When Will the Last Winter Olympics Be Held?

When Will the Last Winter Olympics Be Held?

The International Olympic Committee awarded the 2030 Winter Olympics to the French Alps, and the 2034 Winter Olympics to Salt Lake City, Utah, on Wednesday. In both cases, the winner was the only bidder remaining.

The French Alps Olympics will have the shortest time between award and the event of any in recent history; notably, though president Emmanuel Macron said there is a financial guarantee in place, the 2030 games still must be approved by the next prime minister. Meanwhile, Salt Lake City makes a lot of sense for a variety of practical reasons, most notably that they claim to not need any new construction for a games set to be held 32 years since the city’s first hosting opportunity in 2002. All the existing venues are still usable, and all are within about an hour’s drive of the Olympic Village at the University of Utah.

Both places also, for the moment, still have enough snow.
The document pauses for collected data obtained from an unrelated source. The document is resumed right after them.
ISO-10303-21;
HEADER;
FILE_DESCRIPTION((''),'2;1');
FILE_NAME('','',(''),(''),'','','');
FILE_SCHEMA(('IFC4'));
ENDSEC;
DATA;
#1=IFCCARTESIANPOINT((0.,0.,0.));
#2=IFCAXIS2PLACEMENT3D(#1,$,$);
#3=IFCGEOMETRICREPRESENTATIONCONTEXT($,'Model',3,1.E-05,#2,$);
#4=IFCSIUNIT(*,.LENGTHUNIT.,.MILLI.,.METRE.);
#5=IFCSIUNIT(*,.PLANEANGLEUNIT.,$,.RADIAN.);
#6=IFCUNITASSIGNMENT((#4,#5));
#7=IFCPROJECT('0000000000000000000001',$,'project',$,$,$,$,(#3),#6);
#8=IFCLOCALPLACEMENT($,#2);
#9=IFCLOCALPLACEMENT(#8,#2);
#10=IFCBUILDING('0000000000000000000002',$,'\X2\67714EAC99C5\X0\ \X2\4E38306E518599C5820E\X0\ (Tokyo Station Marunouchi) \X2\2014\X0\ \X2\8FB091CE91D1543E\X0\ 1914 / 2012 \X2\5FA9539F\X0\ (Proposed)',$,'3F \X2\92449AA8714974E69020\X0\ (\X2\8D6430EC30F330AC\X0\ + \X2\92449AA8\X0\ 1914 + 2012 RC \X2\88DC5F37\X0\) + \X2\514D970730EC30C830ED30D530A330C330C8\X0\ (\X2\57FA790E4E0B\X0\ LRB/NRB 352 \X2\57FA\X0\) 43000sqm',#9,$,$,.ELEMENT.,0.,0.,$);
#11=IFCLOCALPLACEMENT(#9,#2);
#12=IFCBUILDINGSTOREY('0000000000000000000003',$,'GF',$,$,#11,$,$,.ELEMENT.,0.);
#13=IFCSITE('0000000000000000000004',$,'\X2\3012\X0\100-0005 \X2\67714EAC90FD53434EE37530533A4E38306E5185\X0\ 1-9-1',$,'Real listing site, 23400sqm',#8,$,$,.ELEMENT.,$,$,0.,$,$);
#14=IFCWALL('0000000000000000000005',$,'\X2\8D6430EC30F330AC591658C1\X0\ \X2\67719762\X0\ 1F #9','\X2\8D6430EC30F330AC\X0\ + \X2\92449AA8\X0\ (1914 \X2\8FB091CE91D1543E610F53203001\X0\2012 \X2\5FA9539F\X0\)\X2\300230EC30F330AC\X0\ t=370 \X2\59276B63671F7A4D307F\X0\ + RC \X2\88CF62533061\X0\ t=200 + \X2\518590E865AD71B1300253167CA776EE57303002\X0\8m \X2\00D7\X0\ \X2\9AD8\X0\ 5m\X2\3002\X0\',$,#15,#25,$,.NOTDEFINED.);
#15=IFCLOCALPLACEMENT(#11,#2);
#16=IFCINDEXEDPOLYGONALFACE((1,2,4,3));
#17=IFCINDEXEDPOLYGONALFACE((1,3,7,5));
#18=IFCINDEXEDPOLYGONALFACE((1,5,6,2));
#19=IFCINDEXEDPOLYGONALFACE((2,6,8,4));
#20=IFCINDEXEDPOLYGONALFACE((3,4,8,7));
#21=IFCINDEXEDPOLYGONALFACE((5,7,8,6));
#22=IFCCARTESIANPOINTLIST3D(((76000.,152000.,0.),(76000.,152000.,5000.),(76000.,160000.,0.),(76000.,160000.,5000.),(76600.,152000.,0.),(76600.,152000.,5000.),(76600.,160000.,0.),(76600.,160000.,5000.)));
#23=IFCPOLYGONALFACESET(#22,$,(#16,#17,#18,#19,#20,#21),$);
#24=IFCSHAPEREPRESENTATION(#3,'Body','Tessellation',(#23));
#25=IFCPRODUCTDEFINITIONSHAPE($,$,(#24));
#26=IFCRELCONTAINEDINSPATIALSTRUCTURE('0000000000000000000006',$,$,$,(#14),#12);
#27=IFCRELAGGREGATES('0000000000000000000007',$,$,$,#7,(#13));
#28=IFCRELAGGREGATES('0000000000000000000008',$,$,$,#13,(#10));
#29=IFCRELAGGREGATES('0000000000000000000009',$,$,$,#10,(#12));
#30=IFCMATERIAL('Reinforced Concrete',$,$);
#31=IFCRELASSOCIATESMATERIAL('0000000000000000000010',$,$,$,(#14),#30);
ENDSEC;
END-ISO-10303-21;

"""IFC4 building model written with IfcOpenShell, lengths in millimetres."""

from ifc_helpers import new_model, si_unit, frame, frame_2d, origin, place, context, project, spatial, rectangle, extrude, material, element, save


model = new_model("IFC4")

# Units and contexts
model_context = context("Model", 3, precision=1e-05, world=origin())
ifc_project = project(units=[si_unit("LENGTHUNIT", "METRE", prefix="MILLI"), si_unit("PLANEANGLEUNIT", "RADIAN")], contexts=[model_context])

# Site, building, storey
site_placement = place(None, origin())
site = spatial("IfcSite", under=ifc_project, at=site_placement, Name="〒100-0005 東京都千代田区丸の内 1-9-1", ObjectType="Real listing site, 23400sqm", CompositionType="ELEMENT", RefElevation=0.0)
building_placement = place(site_placement, origin())
building = spatial("IfcBuilding", under=site, at=building_placement, Name="東京駅 丸の内駅舎 (Tokyo Station Marunouchi) — 辰野金吾 1914 / 2012 復原 (Proposed)", ObjectType="3F 鉄骨煉瓦造 (赤レンガ + 鉄骨 1914 + 2012 RC 補強) + 免震レトロフィット (基礎下 LRB/NRB 352 基) 43000sqm", CompositionType="ELEMENT", ElevationOfRefHeight=0.0, ElevationOfTerrain=0.0)
storey_placement = place(building_placement, origin())
storey = spatial("IfcBuildingStorey", under=building, at=storey_placement, Name="GF", CompositionType="ELEMENT", Elevation=0.0)

# Shared definitions
ifc_material_1 = material(Name="Reinforced Concrete")

# Wall
wall_1_placement = place(storey_placement, frame((38000.0, 76000.0, 0.0)))
element("IfcWall", 1, at=wall_1_placement, inside=storey, material=ifc_material_1, Name="赤レンガ外壁 東面 1F #9", Description="赤レンガ + 鉄骨 (1914 辰野金吾意匠、2012 復原)。レンガ t=370 大正期積み + RC 裏打ち t=200 + 内部断熱。化粧目地。8m × 高 5m。", PredefinedType="NOTDEFINED", context=model_context, shape_type="SweptSolid", body=[
    extrude(rectangle(XDim=600.0, YDim=8000.0, at=frame_2d((300.0, 4000.0))), frame((38000.0, 76000.0, 0.0)), (0.0, 0.0, 1.0), 5000.0),
])

save(model, "model.ifc")
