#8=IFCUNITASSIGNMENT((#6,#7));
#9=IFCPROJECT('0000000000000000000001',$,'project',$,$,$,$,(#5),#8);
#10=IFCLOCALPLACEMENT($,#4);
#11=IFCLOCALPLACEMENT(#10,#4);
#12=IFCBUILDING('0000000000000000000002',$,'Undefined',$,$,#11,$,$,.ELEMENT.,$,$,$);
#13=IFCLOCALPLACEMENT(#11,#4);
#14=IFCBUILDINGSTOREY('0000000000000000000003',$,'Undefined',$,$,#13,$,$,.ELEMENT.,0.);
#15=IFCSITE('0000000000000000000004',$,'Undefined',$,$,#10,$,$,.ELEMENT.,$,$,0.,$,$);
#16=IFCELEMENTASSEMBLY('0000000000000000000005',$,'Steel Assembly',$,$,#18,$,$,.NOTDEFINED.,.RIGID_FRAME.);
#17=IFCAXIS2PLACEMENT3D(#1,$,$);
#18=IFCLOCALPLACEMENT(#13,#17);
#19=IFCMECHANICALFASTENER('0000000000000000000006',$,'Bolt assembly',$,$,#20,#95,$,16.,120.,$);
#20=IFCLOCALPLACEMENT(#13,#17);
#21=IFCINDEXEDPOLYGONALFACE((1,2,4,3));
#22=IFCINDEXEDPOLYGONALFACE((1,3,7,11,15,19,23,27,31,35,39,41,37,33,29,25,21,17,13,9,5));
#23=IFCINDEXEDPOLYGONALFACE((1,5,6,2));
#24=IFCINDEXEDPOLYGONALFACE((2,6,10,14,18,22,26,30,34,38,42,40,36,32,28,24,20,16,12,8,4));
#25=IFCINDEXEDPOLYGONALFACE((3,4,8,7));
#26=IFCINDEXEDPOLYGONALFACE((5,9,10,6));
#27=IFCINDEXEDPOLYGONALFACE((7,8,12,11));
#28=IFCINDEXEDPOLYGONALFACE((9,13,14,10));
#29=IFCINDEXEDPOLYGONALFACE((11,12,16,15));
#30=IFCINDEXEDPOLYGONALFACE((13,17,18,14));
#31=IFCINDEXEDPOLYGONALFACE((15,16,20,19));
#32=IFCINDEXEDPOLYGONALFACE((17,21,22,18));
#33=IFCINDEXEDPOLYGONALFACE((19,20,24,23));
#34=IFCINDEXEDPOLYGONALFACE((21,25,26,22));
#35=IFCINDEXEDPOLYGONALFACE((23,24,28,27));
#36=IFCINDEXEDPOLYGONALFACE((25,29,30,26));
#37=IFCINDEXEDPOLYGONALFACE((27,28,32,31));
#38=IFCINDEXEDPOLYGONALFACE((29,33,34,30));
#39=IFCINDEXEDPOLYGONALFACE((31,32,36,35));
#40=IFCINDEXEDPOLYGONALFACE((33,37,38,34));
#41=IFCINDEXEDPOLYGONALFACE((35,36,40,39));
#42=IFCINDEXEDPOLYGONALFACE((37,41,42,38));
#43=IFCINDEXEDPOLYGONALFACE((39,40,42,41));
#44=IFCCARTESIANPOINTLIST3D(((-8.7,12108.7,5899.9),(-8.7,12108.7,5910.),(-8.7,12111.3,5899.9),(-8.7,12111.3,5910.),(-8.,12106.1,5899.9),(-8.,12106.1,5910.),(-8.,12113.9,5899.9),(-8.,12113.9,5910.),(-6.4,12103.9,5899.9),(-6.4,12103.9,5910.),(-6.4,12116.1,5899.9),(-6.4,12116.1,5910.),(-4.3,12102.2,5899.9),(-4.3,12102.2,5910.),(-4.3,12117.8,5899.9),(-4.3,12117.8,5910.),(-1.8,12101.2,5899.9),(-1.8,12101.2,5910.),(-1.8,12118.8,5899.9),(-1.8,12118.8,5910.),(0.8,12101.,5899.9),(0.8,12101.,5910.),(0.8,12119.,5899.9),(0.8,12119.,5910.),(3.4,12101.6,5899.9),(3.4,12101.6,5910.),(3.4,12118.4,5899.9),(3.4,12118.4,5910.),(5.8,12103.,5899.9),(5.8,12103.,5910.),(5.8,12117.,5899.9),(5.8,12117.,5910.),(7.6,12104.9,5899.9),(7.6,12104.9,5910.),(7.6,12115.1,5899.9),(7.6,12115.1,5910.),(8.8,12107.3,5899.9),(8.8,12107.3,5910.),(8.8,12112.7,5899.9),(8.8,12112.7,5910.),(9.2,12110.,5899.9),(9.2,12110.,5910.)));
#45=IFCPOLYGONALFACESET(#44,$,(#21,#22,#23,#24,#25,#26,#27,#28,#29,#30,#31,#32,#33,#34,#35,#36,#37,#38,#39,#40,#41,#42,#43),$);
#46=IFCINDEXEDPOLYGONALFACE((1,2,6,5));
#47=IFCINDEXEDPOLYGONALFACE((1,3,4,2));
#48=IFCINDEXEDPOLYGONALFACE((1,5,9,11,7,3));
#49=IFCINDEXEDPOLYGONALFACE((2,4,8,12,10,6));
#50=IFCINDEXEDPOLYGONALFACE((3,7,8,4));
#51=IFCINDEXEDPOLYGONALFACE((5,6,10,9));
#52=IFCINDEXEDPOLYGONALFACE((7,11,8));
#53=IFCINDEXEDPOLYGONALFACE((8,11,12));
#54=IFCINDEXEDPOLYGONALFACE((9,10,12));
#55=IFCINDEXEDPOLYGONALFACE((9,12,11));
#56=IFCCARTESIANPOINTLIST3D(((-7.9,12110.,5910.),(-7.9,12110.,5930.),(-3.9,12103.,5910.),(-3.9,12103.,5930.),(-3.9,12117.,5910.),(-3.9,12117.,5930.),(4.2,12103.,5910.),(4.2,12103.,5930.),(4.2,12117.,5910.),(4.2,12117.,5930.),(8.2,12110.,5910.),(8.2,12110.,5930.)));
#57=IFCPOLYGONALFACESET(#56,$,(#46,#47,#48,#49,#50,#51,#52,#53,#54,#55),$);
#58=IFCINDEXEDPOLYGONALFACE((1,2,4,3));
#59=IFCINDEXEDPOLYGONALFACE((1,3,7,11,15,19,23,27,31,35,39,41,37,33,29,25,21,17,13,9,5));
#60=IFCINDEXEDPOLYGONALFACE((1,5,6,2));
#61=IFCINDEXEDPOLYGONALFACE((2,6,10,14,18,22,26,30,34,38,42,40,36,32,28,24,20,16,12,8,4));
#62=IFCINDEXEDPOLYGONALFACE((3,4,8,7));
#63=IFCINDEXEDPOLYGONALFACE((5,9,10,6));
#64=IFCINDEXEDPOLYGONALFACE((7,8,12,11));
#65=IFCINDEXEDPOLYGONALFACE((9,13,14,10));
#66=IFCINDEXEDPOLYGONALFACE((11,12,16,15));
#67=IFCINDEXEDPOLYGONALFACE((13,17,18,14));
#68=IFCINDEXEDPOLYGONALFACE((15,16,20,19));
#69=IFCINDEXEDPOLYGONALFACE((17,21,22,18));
Siting the Winter Olympics has become an enormous challenge as the world warms. Mixed with dropping enthusiasm globally to host what many see as disruptive multi-billion-dollar boondoggles — winter or summer versions — the melting snow and ice and disappearing glaciers are making a suitable spot hard to find. The IOC is well aware of this; in recent years it has heard reports from its Future Host Commission on the dire state of winter sports around the world, and in particular in places that have previously hosted the games.

Among the proposals on the table for the IOC: maintain a small rotation of suitable locations, in order to both cut down on costs and avoid having to go back to the Vancouvers or Sapporos that may be starting to see the ice melt from their Olympic capabilities. That rotation would likely include Salt Lake City, with its reasonably high altitude and close-by still-snowy mountains. Along with the French Alps, other likely recurring hosts include Switzerland and Sweden.

Another proposal would be to set a temperature threshold for winter hosting duties. Locations would need to show average minimum temperatures below freezing for any venue where snow-based competition takes place, over a ten-year period. That will get harder and harder as time goes on.

“We have to think of the constraints of the climate change,” said Austrian IOC member Karl Stoss, earlier this year. “This will be a great challenge for us, which partner for the future will be reliable to organize Winter Games.”

Studies have borne out the idea that Winter Olympic hosts are now spread very thin and will get much thinner. In 2022, researchers at the University of Waterloo surveyed hundreds of Olympic athletes and coaches, and based on their input, found that the frequency of “unfair-unsafe” winter conditions have increased dramatically across 21 host locations over 50 years. If the world gets its act together and matches its emissions to the goals of the Paris Agreement, the number of reasonable locations will remain at about eight or nine through this century.

If it doesn’t, and emissions remain on the trajectories of the last two decades?

The number of good host sites drops to one.

There will always be snow and ice on some mountain, somewhere, of course. (Probably.) But the Olympics are a big, messy affair, with a lot of requirements, and heading up into the upper reaches of the Himalayas is pretty much off the table. So it is worth wondering: when will the last Winter Olympics take place?

Or, more reasonably, when will we see the last Olympics that looks a lot like what has come before? After all, a lot of the Games take place indoors; a team in Florida just won the Stanley Cup, pretty sure the hockey and figure skating and so on can happen regardless. But with host cities dropping out of the running, with the IOC pondering ideas like shrinking the list of hosts into the low single digits, with glaciers disappearing around the world at a genuinely distressing speed… how long can the Winter Olympics as we know it continue?